Code captures the what and how. It cannot capture the why. Read a function and you can see that it retries three times with exponential backoff. You cannot see why three — was it a vendor SLA, a guess, a hard-won lesson from an outage? That "why" is the knowledge that prevents the next engineer from "simplifying" it to one retry and re-triggering the outage.

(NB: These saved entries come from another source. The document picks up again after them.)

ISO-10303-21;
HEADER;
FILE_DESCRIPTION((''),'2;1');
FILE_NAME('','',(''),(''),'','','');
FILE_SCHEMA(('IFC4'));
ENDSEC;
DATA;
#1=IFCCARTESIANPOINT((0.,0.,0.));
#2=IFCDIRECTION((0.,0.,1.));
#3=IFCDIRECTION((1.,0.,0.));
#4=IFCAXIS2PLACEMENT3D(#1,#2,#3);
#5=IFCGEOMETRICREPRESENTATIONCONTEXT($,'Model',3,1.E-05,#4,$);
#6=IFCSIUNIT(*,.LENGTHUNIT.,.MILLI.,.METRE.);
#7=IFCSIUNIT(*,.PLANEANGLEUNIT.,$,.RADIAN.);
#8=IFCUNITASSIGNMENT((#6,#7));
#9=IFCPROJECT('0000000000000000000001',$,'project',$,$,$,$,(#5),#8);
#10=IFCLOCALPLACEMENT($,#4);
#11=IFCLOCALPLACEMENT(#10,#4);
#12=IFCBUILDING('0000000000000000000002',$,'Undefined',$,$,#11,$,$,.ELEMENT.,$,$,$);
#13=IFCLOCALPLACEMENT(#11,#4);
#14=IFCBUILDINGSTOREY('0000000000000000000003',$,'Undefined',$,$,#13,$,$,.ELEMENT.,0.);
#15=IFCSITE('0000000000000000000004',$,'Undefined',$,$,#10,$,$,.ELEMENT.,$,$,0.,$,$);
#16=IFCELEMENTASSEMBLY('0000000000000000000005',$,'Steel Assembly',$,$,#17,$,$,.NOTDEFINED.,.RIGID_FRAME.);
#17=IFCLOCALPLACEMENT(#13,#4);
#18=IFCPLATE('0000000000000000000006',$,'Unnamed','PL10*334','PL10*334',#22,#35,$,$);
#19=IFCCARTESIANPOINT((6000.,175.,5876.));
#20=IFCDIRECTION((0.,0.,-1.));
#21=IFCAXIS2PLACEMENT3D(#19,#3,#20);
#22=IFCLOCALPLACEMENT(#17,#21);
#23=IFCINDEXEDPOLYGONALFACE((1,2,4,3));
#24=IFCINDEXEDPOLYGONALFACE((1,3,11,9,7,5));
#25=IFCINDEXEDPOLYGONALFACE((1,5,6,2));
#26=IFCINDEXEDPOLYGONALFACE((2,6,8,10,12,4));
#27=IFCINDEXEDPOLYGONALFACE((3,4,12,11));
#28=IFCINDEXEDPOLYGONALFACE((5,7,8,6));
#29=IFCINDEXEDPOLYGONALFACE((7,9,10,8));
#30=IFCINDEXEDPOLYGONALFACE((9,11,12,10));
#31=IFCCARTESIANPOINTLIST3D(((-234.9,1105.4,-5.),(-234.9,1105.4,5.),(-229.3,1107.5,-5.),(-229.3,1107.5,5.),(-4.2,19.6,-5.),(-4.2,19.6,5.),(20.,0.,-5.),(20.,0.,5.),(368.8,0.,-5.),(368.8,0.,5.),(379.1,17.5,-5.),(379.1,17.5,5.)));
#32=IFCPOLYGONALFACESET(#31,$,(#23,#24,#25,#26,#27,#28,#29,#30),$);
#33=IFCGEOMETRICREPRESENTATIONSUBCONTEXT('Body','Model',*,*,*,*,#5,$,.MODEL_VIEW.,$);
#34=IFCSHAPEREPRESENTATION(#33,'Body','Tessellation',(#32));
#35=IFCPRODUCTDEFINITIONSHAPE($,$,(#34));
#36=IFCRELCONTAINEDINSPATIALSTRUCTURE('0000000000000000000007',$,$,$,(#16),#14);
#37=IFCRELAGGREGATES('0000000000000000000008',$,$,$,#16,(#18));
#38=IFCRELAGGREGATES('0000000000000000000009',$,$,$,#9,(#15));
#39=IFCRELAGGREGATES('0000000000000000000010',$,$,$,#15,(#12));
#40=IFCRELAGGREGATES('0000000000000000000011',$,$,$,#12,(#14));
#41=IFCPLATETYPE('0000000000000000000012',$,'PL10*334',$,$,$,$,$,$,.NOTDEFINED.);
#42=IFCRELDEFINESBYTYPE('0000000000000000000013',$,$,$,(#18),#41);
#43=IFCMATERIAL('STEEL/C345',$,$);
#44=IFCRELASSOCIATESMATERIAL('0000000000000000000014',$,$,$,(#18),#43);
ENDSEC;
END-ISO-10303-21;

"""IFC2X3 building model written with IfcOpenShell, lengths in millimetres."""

from ifc_helpers import new_model, si_unit, frame, origin_with_axes, place, context, subcontext, project, spatial, polyline, outline, extrude, material, type_object, element, aggregate, save


model = new_model("IFC2X3")

# Units and contexts
model_context = context("Model", 3, precision=1e-05, world=origin_with_axes())
body_context = subcontext(model_context, "Body", "Model", "MODEL_VIEW")
ifc_project = project(units=[si_unit("LENGTHUNIT", "METRE", prefix="MILLI"), si_unit("PLANEANGLEUNIT", "RADIAN")], contexts=[model_context])

# Site, building, storey
site_placement = place(None, origin_with_axes())
site = spatial("IfcSite", under=ifc_project, at=site_placement, Name="Undefined", CompositionType="ELEMENT", RefElevation=0.0)
building_placement = place(site_placement, origin_with_axes())
building = spatial("IfcBuilding", under=site, at=building_placement, Name="Undefined", CompositionType="ELEMENT")
storey_placement = place(building_placement, origin_with_axes())
storey = spatial("IfcBuildingStorey", under=building, at=storey_placement, Name="Undefined", CompositionType="ELEMENT", Elevation=0.0)

# Shared definitions
ifc_material_1 = material(Name="STEEL/C345")

# Element assembly, plate
assembly_1_placement = place(storey_placement, origin_with_axes())
assembly_1 = element("IfcElementAssembly", 1, at=assembly_1_placement, inside=storey, Name="Steel Assembly", AssemblyPlace="NOTDEFINED", PredefinedType="RIGID_FRAME")
plate_type_1 = type_object("IfcPlateType", Name="PL10*334", PredefinedType="NOTDEFINED")
plate_1_placement = place(assembly_1_placement, frame((6000.0, 175.0, 5876.0), z_axis=(1.0, 0.0, 0.0), x_axis=(0.0, 0.0, -1.0)))
plate_1 = element("IfcPlate", 2, at=plate_1_placement, type_object=plate_type_1, material=ifc_material_1, Name="Unnamed", Description="PL10*334", ObjectType="PL10*334", context=body_context, shape_type="SweptSolid", body=[
    extrude(outline(polyline([(-4.2, 19.6), (20.0, 0.0), (368.8, 0.0), (379.1, 17.5), (-229.3, 1107.5), (-234.9, 1105.4), (-4.2, 19.6)])), frame((0.0, 0.0, -5.0), z_axis=(0.0, 0.0, 1.0), x_axis=(1.0, 0.0, 0.0)), (0.0, 0.0, 1.0), 10.0),
])
aggregate(assembly_1, [plate_1])

save(model, "model.ifc")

Code shows the decision; documentation preserves the reasoning behind the decision.
The cost of not documenting is real and recurring:
| Failure mode | What it costs |
|---|---|
| Tribal knowledge | The system only works while specific people are present; their vacation is a risk, their resignation is a crisis. |
| Repeated questions | The same "how do I set this up?" asked in chat ten times — each answer interrupts an expert and is never captured. |
| Wrong assumptions | A new engineer guesses why the code is shaped a certain way, guesses wrong, and "fixes" something that wasn't broken. |
| Slow onboarding | A new hire who could be productive in a week takes a month because the setup, the why, and the gotchas live only in conversations. |
| Incidents | The 3 a.m. page where the on-call engineer has no runbook and has to reverse-engineer a system under pressure. |
Documentation is how a team scales beyond its original authors. The first version of any system is understood perfectly by the two people who built it — and they need no docs. The problem arrives at person three, person ten, and at the original authors themselves eighteen months later when they've forgotten. Documentation raises the bus factor: it turns knowledge that lives in heads (fragile, un-shareable) into an asset the whole team owns.
A blunt way to put it: every question a teammate has to ask you is a doc you didn't write. Every wrong assumption someone makes is a "why" you didn't record.
What to Document: The Spectrum and Its Audiences¶
"Documentation" is not one thing. It's a spectrum of document types, and the key skill is matching each type to its audience. A doc written for the wrong reader fails no matter how good the writing is.
The six audiences an engineer's documentation serves:
| Audience | They are trying to… | The doc type they need |
|---|---|---|
| End users | Use the product to get a job done | Tutorials, how-to guides, user manuals |
| API consumers | Call your code/service correctly | API reference, integration guides, runnable examples |
| Contributors | Add to or change the codebase | README, CONTRIBUTING, architecture overviews, setup docs |
| Future maintainers | Understand why the code is the way it is | Code comments/docstrings, design docs, ADRs |
| Operators / on-call | Run, monitor, and recover the system | Runbooks, operational docs, incident playbooks |
| Decision-makers | Understand and agree on direction before building | Design docs, RFCs, ADRs |
The two failure patterns of beginners are both audience errors:
- Writing for the wrong audience — an API reference written as a beginner tutorial (slow, hand-holding, no exhaustive parameter list) frustrates the expert who just needs the signature.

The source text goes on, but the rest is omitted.